RECORDS SUPPLIED>
◆ ◆ ◆ ◆

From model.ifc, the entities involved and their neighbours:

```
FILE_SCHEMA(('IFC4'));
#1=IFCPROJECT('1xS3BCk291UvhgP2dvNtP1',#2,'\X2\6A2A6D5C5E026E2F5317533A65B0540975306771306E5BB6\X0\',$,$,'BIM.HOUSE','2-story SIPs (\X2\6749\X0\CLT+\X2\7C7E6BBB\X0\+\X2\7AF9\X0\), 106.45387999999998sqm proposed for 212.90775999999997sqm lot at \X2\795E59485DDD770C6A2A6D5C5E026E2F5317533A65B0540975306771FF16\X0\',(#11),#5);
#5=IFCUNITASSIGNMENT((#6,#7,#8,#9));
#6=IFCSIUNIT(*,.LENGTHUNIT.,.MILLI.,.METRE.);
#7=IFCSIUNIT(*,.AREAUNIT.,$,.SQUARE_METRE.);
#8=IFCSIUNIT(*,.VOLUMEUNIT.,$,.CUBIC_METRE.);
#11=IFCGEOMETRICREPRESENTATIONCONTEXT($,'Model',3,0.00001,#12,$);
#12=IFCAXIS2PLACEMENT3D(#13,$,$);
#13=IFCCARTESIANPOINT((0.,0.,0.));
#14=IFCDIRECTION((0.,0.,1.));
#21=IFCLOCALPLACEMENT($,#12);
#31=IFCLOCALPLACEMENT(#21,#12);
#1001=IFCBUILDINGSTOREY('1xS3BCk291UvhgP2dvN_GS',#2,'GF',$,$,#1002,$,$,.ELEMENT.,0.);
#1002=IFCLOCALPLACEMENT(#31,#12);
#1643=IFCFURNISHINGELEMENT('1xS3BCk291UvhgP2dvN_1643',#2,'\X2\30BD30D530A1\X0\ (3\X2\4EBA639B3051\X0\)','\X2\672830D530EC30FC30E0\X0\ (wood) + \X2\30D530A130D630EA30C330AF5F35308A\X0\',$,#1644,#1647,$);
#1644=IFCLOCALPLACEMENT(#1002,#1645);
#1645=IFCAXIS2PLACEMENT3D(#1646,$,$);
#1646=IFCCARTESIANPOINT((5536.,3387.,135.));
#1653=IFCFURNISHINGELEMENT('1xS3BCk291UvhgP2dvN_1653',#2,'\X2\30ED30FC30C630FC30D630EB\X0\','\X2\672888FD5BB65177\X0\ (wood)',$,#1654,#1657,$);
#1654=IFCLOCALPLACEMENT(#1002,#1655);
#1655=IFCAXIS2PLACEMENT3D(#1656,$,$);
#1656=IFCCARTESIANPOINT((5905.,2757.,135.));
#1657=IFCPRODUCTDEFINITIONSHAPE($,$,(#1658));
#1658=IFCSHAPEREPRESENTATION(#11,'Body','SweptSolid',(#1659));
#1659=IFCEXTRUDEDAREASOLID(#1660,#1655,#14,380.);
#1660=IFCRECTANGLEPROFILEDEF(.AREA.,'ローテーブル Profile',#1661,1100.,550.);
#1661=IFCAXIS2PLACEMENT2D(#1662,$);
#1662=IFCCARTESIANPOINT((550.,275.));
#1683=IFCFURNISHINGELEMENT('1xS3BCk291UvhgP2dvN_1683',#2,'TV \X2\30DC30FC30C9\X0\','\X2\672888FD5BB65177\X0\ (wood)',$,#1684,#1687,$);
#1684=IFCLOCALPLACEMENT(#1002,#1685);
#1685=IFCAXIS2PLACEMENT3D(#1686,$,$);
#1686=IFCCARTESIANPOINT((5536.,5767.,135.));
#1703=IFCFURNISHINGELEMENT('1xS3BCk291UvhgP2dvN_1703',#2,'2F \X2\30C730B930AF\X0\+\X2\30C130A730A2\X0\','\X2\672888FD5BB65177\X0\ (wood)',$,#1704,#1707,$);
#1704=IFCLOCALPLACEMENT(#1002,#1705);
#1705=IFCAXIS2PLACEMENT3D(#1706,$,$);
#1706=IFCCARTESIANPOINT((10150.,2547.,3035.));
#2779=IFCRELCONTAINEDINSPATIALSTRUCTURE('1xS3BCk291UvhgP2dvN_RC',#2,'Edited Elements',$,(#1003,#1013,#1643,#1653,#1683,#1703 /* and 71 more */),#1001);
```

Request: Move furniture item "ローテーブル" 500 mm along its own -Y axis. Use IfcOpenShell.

```python
import ifcopenshell
import ifcopenshell.api.geometry
import ifcopenshell.util.placement
import ifcopenshell.util.unit

model = ifcopenshell.open("model.ifc")
unit_scale = ifcopenshell.util.unit.calculate_unit_scale(model)

item = model.by_id(1653)
matrix = ifcopenshell.util.placement.get_local_placement(item.ObjectPlacement)
matrix[:3, 3] -= matrix[:3, 1] * 0.5 / unit_scale
ifcopenshell.api.geometry.edit_object_placement(model, product=item, matrix=matrix, is_si=False)

print(ifcopenshell.util.placement.get_local_placement(item.ObjectPlacement).round(3) + 0.0)

model.write("model-out.ifc")
```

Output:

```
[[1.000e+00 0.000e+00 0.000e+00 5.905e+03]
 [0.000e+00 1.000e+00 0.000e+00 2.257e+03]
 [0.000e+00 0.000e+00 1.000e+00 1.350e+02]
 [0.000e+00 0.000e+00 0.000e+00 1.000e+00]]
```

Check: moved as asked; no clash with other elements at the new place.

◆ ◆ ◆ ◆

REQUIREMENT>
Search the entries above for the word "IFCFURNISHINGELEMENT" and copy each line where it appears.

RESPONSE TO THE EXERCISE>
#1643=IFCFURNISHINGELEMENT('1xS3BCk291UvhgP2dvN_1643',#2,'\X2\30BD30D530A1\X0\ (3\X2\4EBA639B3051\X0\)','\X2\672830D530EC30FC30E0\X0\ (wood) + \X2\30D530A130D630EA30C330AF5F35308A\X0\',$,#1644,#1647,$);
#1653=IFCFURNISHINGELEMENT('1xS3BCk291UvhgP2dvN_1653',#2,'\X2\30ED30FC30C630FC30D630EB\X0\','\X2\672888FD5BB65177\X0\ (wood)',$,#1654,#1657,$);
#1683=IFCFURNISHINGELEMENT('1xS3BCk291UvhgP2dvN_1683',#2,'TV \X2\30DC30FC30C9\X0\','\X2\672888FD5BB65177\X0\ (wood)',$,#1684,#1687,$);
#1703=IFCFURNISHINGELEMENT('1xS3BCk291UvhgP2dvN_1703',#2,'2F \X2\30C730B930AF\X0\+\X2\30C130A730A2\X0\','\X2\672888FD5BB65177\X0\ (wood)',$,#1704,#1707,$);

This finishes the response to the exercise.